Vendredi 26 mai 2017, le vide qui habite généralement la presse occidentale a été comblé par un geste d’Emmanuel Macron au sommet de l’OTAN à Bruxelles : « Une “féroce” poignée de main » avec le président Trump qui aurait « emballé la presse américaine », selon Le Huffington Post. Une presse qui, outre-Atlantique, a suivi de près l’ascension du candidat modelé par un système dont il ne faut pas dire qu’il existe parce que ce sont là des propos qui « interfèrent avec la démocratie », pour reprendre une phrase de Hillary Clinton !

En France aussi, la lourde et insistante poignée de main de l’Élyséen a fait couler de l’encre : « Il y a un nouveau shérif en ville. Alors que Donald Trump aime imposer sa domination face aux leaders étrangers avec une poignée de main aussi physique qu’interminable, le président américain a trouvé son maître en la personne d’Emmanuel Macron » (source : 20minutes.fr).

Comme disent les jeunes, vous êtes sérieux, là ? Parce que, question virilité, je ne sais pas, vous, mais je miserais plutôt sur Trump ! Bon, mais qu’en est-il ressorti de cet échange entre les deux chefs d’État ?

Il y a eu les inévitables amabilités diplomatiques : « C’est un grand honneur pour moi d’être avec le nouveau Président élu de la France qui a fait une campagne incroyable et obtenu une victoire formidable », côté Trump ; et, côté Macron : « Pour ma part, je suis très heureux aussi d’être avec le président Trump. Nous avons à discuter d’un agenda extrêmement large, qu’il s’agisse de la lutte contre le terrorisme, de l’économie, du climat ou de l’énergie. » La vérité est que les deux hommes ne s’apprécient pas et c’est un euphémisme que d’affirmer qu’ils n’ont pas beaucoup de points de convergence.

Cette poignée de main – où Emmanuel Macron figurait le pot de terre défiant le pot de fer – symbolise le ridicule de la situation : on a, à gauche, un président qui tente de redonner à son pays – le plus puissant au monde – le goût de lui-même en réveillant son identité et, à droite, un président au profil européiste type, à ce point décomplexé qu’il en devient inconscient.
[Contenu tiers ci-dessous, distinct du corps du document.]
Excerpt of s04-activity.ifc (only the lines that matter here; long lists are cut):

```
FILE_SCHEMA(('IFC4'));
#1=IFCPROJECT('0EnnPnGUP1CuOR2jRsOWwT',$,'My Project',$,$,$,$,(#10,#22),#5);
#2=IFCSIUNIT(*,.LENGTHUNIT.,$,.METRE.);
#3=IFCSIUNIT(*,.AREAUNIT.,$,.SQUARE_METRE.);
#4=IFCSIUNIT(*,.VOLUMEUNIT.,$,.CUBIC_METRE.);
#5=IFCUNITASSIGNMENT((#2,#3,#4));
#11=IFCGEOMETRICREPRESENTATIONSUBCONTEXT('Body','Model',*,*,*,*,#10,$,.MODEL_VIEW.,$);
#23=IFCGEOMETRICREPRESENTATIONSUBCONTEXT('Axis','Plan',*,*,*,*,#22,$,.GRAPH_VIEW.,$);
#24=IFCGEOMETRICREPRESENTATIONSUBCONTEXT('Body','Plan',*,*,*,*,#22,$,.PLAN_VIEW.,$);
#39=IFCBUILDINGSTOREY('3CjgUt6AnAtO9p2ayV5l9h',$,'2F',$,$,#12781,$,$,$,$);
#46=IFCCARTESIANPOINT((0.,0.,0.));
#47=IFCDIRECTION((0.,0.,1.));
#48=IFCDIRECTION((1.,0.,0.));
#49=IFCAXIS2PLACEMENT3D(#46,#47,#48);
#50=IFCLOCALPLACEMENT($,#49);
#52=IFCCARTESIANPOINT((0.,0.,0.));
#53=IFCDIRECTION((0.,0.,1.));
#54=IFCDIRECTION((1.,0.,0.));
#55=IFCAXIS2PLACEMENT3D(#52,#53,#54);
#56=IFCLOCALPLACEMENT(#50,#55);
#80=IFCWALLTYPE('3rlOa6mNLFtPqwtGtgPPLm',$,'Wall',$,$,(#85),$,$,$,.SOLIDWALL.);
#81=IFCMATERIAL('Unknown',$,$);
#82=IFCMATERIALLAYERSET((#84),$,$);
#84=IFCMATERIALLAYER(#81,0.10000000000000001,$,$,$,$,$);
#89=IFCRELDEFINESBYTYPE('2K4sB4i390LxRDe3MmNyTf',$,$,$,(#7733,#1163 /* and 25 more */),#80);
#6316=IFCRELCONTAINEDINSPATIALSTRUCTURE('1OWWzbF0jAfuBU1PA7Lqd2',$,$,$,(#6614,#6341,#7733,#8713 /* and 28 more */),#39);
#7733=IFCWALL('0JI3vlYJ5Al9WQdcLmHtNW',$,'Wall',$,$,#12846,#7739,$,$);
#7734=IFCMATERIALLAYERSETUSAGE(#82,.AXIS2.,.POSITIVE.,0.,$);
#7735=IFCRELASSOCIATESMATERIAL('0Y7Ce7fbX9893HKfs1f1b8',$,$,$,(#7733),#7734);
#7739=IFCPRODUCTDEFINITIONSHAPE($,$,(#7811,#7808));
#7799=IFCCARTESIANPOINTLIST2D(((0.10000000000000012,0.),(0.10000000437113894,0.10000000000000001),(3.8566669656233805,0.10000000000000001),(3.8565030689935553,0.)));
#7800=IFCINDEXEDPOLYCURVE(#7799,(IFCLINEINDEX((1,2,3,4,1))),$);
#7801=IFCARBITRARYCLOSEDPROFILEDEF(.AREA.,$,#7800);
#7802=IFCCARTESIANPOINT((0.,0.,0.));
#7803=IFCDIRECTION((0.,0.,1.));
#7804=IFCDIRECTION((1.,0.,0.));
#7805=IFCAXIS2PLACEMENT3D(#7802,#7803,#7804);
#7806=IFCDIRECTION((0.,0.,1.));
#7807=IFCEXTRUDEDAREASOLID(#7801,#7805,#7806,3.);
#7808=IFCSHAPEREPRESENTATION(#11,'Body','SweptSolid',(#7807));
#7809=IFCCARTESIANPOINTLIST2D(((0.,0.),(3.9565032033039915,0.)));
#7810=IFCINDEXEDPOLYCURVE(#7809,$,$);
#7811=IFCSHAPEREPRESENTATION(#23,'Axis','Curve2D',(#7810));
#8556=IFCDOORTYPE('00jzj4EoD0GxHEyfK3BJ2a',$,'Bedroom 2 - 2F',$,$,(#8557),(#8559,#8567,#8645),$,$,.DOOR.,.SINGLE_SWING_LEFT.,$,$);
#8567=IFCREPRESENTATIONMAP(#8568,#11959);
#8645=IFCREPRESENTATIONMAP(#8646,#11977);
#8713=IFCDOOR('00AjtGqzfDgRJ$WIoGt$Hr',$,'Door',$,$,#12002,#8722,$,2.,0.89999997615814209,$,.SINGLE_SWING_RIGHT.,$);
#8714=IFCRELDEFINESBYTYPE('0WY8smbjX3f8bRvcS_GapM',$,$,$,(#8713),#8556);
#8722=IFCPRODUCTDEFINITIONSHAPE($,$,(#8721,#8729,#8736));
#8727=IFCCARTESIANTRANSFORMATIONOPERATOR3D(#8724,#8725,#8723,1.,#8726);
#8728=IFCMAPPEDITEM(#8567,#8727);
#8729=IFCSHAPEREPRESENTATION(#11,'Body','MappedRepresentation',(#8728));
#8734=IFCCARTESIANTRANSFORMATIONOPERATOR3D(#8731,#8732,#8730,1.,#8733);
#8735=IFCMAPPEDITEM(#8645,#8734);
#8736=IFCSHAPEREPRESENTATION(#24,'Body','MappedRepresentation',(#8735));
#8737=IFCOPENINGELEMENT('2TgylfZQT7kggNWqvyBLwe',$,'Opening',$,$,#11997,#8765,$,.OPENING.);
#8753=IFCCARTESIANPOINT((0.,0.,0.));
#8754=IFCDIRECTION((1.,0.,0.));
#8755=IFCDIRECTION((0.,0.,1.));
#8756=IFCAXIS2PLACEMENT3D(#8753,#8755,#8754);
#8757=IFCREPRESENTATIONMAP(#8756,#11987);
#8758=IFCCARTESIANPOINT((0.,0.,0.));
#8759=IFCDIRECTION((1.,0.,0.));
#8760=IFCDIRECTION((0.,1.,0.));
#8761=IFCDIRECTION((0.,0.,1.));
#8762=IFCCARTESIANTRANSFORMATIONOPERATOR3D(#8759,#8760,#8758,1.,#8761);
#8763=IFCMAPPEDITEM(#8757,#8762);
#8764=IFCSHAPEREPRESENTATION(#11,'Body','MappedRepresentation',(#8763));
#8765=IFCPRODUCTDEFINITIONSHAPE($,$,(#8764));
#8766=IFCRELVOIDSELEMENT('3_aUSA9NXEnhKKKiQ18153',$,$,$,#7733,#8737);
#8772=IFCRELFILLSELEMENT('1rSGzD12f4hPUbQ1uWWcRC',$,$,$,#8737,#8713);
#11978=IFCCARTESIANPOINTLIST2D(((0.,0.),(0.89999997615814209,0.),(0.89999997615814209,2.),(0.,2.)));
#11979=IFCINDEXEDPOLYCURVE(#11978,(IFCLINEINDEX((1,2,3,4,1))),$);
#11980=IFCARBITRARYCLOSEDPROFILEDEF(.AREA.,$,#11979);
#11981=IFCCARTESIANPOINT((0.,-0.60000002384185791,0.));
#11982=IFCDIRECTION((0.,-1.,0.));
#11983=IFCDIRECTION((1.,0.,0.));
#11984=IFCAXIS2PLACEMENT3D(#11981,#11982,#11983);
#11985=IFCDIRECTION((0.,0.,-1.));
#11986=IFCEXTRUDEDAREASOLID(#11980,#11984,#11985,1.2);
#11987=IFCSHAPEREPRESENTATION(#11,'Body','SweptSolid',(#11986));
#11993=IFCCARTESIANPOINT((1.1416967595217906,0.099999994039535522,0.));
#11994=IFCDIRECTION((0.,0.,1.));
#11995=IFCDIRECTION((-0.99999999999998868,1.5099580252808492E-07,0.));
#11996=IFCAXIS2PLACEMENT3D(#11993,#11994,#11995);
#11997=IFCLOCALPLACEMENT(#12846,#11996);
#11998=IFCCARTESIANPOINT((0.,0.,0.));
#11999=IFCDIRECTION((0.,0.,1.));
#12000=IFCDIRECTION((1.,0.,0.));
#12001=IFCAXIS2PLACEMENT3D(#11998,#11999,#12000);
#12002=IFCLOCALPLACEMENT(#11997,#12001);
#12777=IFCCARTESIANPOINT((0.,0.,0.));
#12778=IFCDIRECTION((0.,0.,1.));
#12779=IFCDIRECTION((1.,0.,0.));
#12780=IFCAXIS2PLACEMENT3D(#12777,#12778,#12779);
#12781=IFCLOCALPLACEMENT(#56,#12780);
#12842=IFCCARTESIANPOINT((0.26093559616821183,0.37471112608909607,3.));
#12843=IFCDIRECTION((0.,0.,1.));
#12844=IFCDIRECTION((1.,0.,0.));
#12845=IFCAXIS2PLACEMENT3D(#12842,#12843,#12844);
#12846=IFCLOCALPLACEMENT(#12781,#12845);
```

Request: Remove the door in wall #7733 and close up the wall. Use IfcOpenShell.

```python
import ifcopenshell
import ifcopenshell.api.feature
import ifcopenshell.api.root
import ifcopenshell.geom
import ifcopenshell.util.shape

model = ifcopenshell.open("s04-activity.ifc")
settings = ifcopenshell.geom.settings()


def volume(element):
    """Net volume in cubic metres, openings subtracted."""
    shape = ifcopenshell.geom.create_shape(settings, element)
    return ifcopenshell.util.shape.get_volume(shape.geometry)


door = model.by_guid("00AjtGqzfDgRJ$WIoGt$Hr")
opening = door.FillsVoids[0].RelatingOpeningElement
wall = opening.VoidsElements[0].RelatingBuildingElement
before = volume(wall)

ifcopenshell.api.root.remove_product(model, product=door)
ifcopenshell.api.feature.remove_feature(model, feature=opening)

after = volume(wall)

print(f"wall volume {before:.3f} -> {after:.3f} m3")

model.write("s04-activity_rev.ifc")
```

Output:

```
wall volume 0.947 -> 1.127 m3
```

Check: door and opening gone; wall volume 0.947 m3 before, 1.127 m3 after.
Ce geste ne saurait donc nous donner trop d’illusions : Emmanuel Macron est surtout en marche pour solder ce qui reste de la France et non pas la protéger avec la force dont il est dépourvu.

La nouvelle idole républicaine française a de la poigne, c’est entendu, mais de là à croire qu’elle infléchira la politique américaine, il faudrait peut-être redescendre sur Terre ; d’autant que son homologue n’a pas l’habitude qu’on lui dicte sa loi, sauf s’il y a des espèces sonnantes et trébuchantes à la clé, ce qui s’est hélas récemment confirmé en Arabie saoudite, où Donald Trump s’est quelque peu couché pour une grosse poignée de dollars.

Au fait, l’Europe – la vraie, pas celle de Bruxelles – n’est plus le centre du monde depuis bien longtemps. Alors, gare aux gestes déplacés, Monsieur le Président, le Vieux Continent n’a plus les moyens de se les permettre !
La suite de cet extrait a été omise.